= Exercise description =
The following data has a line with "#182=IFCINDEXEDPOLYGONALFACE((1,5,6,2));" and a line with "#185=IFCINDEXEDPOLYGONALFACE((5,7,8,6));". Write out exactly those lines and all the lines between them.

Collected data entries:
◆ ◆ ◆ ◆
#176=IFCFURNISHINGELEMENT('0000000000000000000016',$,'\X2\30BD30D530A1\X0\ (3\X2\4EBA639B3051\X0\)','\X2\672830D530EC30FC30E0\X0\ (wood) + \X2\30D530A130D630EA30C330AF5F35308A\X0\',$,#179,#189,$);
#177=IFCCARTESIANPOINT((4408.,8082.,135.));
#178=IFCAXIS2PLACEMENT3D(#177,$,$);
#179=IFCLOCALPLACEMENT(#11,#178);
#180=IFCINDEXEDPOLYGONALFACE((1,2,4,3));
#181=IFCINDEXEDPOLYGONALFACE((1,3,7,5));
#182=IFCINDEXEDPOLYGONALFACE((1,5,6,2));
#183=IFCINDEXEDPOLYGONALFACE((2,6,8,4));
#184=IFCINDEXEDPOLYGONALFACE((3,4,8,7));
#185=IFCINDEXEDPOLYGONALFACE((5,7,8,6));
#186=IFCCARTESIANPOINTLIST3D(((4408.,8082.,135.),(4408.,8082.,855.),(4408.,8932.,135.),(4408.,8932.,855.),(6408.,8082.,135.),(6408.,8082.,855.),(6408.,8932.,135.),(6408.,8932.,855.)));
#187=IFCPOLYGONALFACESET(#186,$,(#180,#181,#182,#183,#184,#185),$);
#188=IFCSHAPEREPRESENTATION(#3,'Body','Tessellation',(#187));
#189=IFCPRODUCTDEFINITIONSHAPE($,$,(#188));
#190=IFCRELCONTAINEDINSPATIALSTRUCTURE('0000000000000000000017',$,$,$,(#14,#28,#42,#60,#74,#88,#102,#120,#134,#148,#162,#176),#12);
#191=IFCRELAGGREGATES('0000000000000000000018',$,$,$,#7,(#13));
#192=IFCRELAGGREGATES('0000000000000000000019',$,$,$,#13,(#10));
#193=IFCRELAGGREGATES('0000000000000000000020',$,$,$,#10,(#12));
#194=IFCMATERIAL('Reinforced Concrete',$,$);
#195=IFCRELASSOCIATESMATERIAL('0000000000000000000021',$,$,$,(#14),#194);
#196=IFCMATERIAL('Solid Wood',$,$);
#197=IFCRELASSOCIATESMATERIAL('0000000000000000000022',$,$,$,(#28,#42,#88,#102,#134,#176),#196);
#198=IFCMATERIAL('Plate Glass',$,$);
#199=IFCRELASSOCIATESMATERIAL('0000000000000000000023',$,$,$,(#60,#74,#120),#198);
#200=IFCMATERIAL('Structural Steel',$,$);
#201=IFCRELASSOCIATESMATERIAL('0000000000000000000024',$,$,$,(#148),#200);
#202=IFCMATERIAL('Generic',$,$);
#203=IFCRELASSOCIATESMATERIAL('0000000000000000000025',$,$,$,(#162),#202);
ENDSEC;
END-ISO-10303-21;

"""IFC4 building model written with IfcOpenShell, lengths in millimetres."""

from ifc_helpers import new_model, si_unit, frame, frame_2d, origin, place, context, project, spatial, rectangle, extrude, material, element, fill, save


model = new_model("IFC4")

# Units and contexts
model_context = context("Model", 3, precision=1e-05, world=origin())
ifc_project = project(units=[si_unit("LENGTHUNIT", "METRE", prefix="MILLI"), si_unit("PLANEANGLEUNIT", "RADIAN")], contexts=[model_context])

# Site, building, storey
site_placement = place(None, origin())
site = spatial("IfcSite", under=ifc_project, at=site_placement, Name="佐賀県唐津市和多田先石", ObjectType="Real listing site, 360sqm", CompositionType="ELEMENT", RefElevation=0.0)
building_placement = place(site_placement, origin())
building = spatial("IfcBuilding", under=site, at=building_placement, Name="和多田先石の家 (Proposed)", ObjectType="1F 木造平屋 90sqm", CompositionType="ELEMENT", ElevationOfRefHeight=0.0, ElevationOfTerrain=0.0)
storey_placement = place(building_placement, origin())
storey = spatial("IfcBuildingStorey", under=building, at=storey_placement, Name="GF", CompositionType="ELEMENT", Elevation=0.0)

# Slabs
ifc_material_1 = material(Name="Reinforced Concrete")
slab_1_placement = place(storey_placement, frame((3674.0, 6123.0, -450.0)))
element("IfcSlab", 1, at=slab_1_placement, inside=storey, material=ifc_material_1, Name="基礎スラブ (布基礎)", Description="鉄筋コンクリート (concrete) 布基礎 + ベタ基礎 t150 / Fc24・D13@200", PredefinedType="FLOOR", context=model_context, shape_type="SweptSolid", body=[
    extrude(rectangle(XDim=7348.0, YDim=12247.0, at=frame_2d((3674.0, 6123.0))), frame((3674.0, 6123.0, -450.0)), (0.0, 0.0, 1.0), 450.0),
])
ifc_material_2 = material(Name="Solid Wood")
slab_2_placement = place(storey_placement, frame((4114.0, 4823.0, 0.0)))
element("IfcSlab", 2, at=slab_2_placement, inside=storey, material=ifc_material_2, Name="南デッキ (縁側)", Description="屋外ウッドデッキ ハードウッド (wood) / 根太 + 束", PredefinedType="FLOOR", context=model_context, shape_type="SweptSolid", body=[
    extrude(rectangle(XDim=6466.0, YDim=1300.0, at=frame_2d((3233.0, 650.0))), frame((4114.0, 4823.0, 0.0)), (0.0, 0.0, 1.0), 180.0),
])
◆ ◆ ◆ ◆
= Answer box =
#182=IFCINDEXEDPOLYGONALFACE((1,5,6,2));
#183=IFCINDEXEDPOLYGONALFACE((2,6,8,4));
#184=IFCINDEXEDPOLYGONALFACE((3,4,8,7));
#185=IFCINDEXEDPOLYGONALFACE((5,7,8,6));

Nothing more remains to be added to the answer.